Marta Blanco, consultora del equipo Research de Wyser, reflexiona en este interesante artículo publicado por Capital Humano, sobre la importancia que tiene el impacto del candidato dentro del proceso de selección, y cómo aprovecharlo en el desarrollo del mismo.

En los últimos años han salido a relucir muchas conversaciones sobre cómo las organizaciones pueden optimizar y renovar la experiencia tanto de sus trabajadores como de los candidatos que participan en un proceso de selección.

Para ello y dada la importancia de estas prácticas, muchas de las compañías ponen a disposición del candidato, nuevos e innovadores procedimientos y herramientas para mejorar esta experiencia, así como crear una buena marca. Pero, ¿qué hay del paso previo?, ¿qué es lo que puede hacer un candidato para causar un buen impacto en el desarrollo del proceso?

Está claro, que cada persona tiene sus puntos fuertes y sus aspectos a desarrollar, que no hay una «lista» de lo que debe o no debe hacerse, pero nosotros como head-hunters, ¿por qué no comenzamos a potenciar a estas personas desde el inicio? Podemos ayudarlas a perfeccionar sus fortalezas y crear un buen impacto tanto en las primeras entrevistas, como en su futura compañía, llegando a crear una buena marca personal.

Hay que tener claro que el proceso de selección no comienza cuando el candidato es localizado por la compañía, sino que empieza desde el momento que el candidato decide inscribirse a una oferta. Es, este mismo, quien debe acotar y afinar esta búsqueda en función de su propio background, aspiraciones reales, tipo de empresa, etc.

Desgraciadamente, en muchas ocasiones nos encontramos con perfiles que no saben a qué oferta se han inscrito, ni el por qué lo han hecho o incluso, llegan a registrarse en un número inasumible de ofertas. Por el contrario, si se es selectivo a la hora de escogerlas y tras una conversación sobre la misma, si muestra interés, generará un primer impacto positivo sobre el responsable del proceso, a partir del cual se puede comenzar a trabajar.

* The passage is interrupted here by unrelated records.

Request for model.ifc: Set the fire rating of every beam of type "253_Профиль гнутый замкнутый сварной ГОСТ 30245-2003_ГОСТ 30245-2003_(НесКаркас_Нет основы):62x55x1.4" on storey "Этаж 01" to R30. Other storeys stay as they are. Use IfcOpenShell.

First a look at what the model holds.

```python
import ifcopenshell
import ifcopenshell.util.element

model = ifcopenshell.open("model.ifc")
print(model.schema)
storey = next(s for s in model.by_type("IfcBuildingStorey") if s.Name == "Этаж 01")
beams = [e for e in ifcopenshell.util.element.get_decomposition(storey) if e.is_a("IfcBeam")]
seen = {}
for e in beams:
    element_type = ifcopenshell.util.element.get_type(e)
    key = (element_type.Name if element_type != e and element_type else None, ifcopenshell.util.element.get_pset(e, "Pset_BeamCommon", "FireRating"))
    seen[key] = seen.get(key, 0) + 1
for (name, value), count in sorted(seen.items(), key=str):
    print(count, "x", name, "|", value)
```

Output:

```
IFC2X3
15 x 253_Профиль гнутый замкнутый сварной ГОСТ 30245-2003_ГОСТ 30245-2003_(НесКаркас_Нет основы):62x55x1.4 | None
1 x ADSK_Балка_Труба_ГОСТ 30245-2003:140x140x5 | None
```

```python
import ifcopenshell
import ifcopenshell.api.pset
import ifcopenshell.util.element

model = ifcopenshell.open("model.ifc")

storey = next(s for s in model.by_type("IfcBuildingStorey") if s.Name == "Этаж 01")
beams = [e for e in ifcopenshell.util.element.get_decomposition(storey) if e.is_a("IfcBeam")]

count = 0
for e in beams:
    element_type = ifcopenshell.util.element.get_type(e)
    if element_type in (None, e) or element_type.Name != "253_Профиль гнутый замкнутый сварной ГОСТ 30245-2003_ГОСТ 30245-2003_(НесКаркас_Нет основы):62x55x1.4":
        continue
    # add_pset returns the element's existing set when there is one.
    pset = ifcopenshell.api.pset.add_pset(model, product=e, name="Pset_BeamCommon")
    ifcopenshell.api.pset.edit_pset(model, pset=pset, properties={"FireRating": "R30"})
    count += 1

print(count, "beams updated")

model.write("model_v2.ifc")
```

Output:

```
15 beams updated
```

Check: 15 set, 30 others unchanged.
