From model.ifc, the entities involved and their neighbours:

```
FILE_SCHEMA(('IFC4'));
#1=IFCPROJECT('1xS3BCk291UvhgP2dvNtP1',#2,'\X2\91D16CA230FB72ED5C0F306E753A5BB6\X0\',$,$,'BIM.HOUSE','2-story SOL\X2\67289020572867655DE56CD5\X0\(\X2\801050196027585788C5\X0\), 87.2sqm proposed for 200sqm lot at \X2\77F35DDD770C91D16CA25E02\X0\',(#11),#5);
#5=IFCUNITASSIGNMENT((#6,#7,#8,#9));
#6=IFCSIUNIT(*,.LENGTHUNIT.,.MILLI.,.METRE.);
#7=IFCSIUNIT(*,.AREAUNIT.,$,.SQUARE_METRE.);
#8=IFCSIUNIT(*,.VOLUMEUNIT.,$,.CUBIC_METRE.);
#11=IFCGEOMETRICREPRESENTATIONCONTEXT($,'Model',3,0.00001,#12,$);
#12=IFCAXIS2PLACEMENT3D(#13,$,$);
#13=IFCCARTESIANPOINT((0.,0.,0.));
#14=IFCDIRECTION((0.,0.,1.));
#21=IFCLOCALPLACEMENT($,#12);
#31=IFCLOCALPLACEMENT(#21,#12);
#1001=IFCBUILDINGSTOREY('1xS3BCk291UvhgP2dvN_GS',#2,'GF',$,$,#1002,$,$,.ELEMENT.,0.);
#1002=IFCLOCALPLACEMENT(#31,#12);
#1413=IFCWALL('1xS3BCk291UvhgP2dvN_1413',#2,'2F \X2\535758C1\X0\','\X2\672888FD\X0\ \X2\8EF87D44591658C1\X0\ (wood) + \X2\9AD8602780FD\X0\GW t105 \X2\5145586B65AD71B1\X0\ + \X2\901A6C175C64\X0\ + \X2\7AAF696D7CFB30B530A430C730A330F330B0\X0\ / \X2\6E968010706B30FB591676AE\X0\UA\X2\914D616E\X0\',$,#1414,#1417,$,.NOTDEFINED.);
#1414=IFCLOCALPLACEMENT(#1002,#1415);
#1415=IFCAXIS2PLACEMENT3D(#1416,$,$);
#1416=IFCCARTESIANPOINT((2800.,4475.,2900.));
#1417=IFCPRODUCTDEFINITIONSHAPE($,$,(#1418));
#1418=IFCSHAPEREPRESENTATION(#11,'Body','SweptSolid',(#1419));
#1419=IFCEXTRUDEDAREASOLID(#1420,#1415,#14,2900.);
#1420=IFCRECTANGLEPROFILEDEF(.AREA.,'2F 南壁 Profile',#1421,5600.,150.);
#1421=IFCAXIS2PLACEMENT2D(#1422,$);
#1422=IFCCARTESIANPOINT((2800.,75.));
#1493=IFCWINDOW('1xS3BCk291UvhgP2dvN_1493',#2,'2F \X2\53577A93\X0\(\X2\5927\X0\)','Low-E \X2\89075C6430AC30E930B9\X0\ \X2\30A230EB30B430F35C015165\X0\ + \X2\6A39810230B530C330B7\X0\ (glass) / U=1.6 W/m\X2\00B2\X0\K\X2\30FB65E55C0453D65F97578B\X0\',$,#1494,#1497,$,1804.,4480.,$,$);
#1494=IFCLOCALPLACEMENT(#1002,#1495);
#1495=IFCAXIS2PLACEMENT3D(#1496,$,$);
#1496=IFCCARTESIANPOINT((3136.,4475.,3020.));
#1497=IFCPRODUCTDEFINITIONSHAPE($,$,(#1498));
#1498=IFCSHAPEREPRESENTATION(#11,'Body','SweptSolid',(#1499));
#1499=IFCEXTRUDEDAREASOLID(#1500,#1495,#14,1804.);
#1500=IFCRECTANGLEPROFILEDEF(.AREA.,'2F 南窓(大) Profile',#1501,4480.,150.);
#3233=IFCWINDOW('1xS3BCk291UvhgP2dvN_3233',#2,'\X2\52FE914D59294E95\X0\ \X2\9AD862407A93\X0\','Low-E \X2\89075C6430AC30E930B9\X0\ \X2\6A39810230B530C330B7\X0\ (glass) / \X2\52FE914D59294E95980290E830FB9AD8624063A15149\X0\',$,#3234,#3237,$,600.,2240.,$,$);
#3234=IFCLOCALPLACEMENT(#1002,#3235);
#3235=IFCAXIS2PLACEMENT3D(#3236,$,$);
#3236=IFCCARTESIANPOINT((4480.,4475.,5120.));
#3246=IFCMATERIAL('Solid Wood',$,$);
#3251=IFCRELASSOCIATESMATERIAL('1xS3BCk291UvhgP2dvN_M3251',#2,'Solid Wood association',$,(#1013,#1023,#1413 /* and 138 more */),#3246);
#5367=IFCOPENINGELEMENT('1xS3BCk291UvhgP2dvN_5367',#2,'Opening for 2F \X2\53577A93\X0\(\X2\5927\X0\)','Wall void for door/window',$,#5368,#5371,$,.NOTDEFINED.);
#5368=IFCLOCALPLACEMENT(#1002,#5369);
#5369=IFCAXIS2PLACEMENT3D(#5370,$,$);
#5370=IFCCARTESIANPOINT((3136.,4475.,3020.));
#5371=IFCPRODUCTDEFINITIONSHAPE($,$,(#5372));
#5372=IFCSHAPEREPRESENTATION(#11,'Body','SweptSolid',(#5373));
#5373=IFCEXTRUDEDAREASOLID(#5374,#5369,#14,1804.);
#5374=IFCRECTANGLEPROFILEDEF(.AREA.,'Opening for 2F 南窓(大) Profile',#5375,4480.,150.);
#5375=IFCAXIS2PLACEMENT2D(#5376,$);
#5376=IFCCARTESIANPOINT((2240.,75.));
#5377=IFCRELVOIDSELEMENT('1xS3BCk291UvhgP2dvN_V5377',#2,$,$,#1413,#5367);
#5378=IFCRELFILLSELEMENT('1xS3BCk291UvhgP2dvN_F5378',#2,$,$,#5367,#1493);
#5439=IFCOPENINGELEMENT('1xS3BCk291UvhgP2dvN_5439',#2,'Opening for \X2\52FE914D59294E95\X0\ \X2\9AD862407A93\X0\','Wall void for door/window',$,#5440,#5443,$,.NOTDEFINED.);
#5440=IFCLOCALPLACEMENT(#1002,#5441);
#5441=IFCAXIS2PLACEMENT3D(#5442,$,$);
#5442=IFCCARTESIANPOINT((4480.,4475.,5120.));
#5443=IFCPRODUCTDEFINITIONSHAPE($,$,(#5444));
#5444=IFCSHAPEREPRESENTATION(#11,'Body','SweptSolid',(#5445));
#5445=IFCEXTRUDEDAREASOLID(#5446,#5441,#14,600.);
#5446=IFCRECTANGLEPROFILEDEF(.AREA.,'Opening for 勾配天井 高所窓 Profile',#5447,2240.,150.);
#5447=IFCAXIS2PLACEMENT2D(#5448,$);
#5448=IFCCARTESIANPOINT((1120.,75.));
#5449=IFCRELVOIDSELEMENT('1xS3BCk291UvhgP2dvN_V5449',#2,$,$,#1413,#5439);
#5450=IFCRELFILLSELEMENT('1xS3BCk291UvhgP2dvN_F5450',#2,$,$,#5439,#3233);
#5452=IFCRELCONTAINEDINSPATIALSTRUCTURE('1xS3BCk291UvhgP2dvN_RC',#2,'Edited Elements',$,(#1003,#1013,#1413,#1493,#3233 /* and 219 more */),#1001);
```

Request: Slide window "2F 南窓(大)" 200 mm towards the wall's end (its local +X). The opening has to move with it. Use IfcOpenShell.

```python
import ifcopenshell
import ifcopenshell.api.geometry
import ifcopenshell.util.placement

model = ifcopenshell.open("model.ifc")

window = model.by_id(1493)
opening = window.FillsVoids[0].RelatingOpeningElement
wall = opening.VoidsElements[0].RelatingBuildingElement

wall_matrix = ifcopenshell.util.placement.get_local_placement(wall.ObjectPlacement)
shift = wall_matrix[:3, 0] * 200.0
before = ifcopenshell.util.placement.get_local_placement(window.ObjectPlacement)[:3, 3].copy()

# The window is not placed relative to its opening, so move both.
for product in (opening, window):
    matrix = ifcopenshell.util.placement.get_local_placement(product.ObjectPlacement)
    matrix[:3, 3] += shift
    ifcopenshell.api.geometry.edit_object_placement(model, product=product, matrix=matrix, is_si=False)

after = ifcopenshell.util.placement.get_local_placement(window.ObjectPlacement)[:3, 3]
print("window moved by", (after - before).round(3) + 0.0)

model.write("model_rev.ifc")
```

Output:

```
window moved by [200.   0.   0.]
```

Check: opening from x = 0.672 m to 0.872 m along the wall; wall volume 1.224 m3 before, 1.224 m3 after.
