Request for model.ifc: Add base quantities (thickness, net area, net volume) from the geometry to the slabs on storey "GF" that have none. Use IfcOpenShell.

First a look at what the model holds.

```python
import ifcopenshell
import ifcopenshell.util.element
import ifcopenshell.util.unit

model = ifcopenshell.open("model.ifc")
print(model.schema)
for unit_type in ("LENGTHUNIT", "AREAUNIT", "VOLUMEUNIT"):
    print(unit_type, ifcopenshell.util.unit.calculate_unit_scale(model, unit_type))
storey = next(s for s in model.by_type("IfcBuildingStorey") if s.Name == "GF")
slabs = [e for e in ifcopenshell.util.element.get_decomposition(storey) if e.is_a("IfcSlab")]
for e in sorted(slabs, key=lambda e: e.id()):
    print(e.id(), e.is_a(), e.Name, list(ifcopenshell.util.element.get_psets(e, qtos_only=True)), sep=" | ")
```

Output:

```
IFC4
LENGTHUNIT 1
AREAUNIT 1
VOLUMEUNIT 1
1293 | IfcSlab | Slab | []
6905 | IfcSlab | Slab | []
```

```python
import ifcopenshell
import ifcopenshell.api.pset
import ifcopenshell.geom
import ifcopenshell.util.element
import ifcopenshell.util.shape
import ifcopenshell.util.unit

model = ifcopenshell.open("model.ifc")
unit_scale = ifcopenshell.util.unit.calculate_unit_scale(model)
area_scale = ifcopenshell.util.unit.calculate_unit_scale(model, "AREAUNIT")
volume_scale = ifcopenshell.util.unit.calculate_unit_scale(model, "VOLUMEUNIT")
settings = ifcopenshell.geom.settings()

storey = next(s for s in model.by_type("IfcBuildingStorey") if s.Name == "GF")
slabs = [e for e in ifcopenshell.util.element.get_decomposition(storey) if e.is_a("IfcSlab")]

for e in sorted(slabs, key=lambda e: e.id()):
    if ifcopenshell.util.element.get_psets(e, qtos_only=True, should_inherit=False):
        continue
    # Geometry comes back in metres, in the element's own axes.
    shape = ifcopenshell.geom.create_shape(settings, e)
    values = {
        "Width": ifcopenshell.util.shape.get_z(shape.geometry) / unit_scale,
        "NetArea": ifcopenshell.util.shape.get_footprint_area(shape.geometry) / area_scale,
        "NetVolume": ifcopenshell.util.shape.get_volume(shape.geometry) / volume_scale,
    }
    qto = ifcopenshell.api.pset.add_qto(model, product=e, name="Qto_SlabBaseQuantities")
    ifcopenshell.api.pset.edit_qto(model, qto=qto, properties=values)
    print(e.id(), {k: round(v, 3) for k, v in values.items()})

model.write("model-out.ifc")
```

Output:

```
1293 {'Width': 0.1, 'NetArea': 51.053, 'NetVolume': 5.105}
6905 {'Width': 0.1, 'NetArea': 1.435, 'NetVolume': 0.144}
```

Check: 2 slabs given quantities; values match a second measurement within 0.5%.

Posteriormente y en caso de que se dé una entrevista, tanto el entrevistado como el entrevistador tienen sus propios «deberes». Y es que para que sea de la manera más fructífera, debe tenerse un discurso claro y comentar aquellos key points de la posición que se está hablando. No por tener una conversación larga quiere decir que haya ido bien, sino que es posible que de una manera ordenada y concisa se puedan percibir las competencias y conocimientos necesarios para el rol.

OBJETIVOS

De esta manera, para fijar un objetivo claro de la reunión hay que tener en cuenta ¿A qué vamos? ¿Por qué? ¿Cómo es la empresa? ¿Con quién voy a reunirme? Estas cuestiones tienen que estar resultas antes de que se avance, de no ser así, podemos encontrarnos en situaciones donde no exista una coherencia entre lo que se busca y lo que se ofrece, y que tras una —ardua en muchas ocasiones, negociación— tanto el candidato como la compañía queden frustrados.

Más en concreto es importante informarse, dentro de nuestras posibilidades, con quién se va a tener la reunión puesto que también es un factor clave a la hora de preparar la entrevista y, sobre todo, causar un buen impacto. Ya que, en muchas ocasiones, el nivel de tecnicismo y/o vocabulario a utilizar en función del rol desempeñado puede variar y hay que saber adecuarse a cada uno de ellos, no es lo mismo dirigirse a un Responsable de Marketing, que, a un Responsable de Recursos Humanos o un Director Financiero. Así como la forma de este discurso, la cual tiene que adecuarse a las circunstancias y a la situación, ya que la realidad es que no nos comunicamos igual con un amigo que con alguien de nuestro entorno laboral o que queremos que forme parte de este entorno en un futuro.

En caso de que finalmente se decida —por alguna de la partes— no continuar en el proceso de selección es imprescindible la recapitulación de un feedback REAL. ¿Cómo es posible, si no que el candidato pueda posicionarme mejor en un futuro? Hay que comentar aquellos aspectos que podrían tratarse o exponerse de una manera diferente, desde la presentación de su CV hasta la presentación de sus motivaciones y expectativas. O, por el contrario, la forma de potenciar los puntos fuertes del candidato, será un aspecto que puede ayudar en fases posteriores.

En conclusión, podría decirse que el proceso de selección es un trabajo conjunto. No solamente depende del interés del candidato, sino también de la preparación del mismo. Y no solamente puede quedar en manos del consultor o área de Recursos Humanos, sino que el candidato también tiene que estar involucrado y activo en todo el proceso. Y es que, la selección comienza en uno mismo.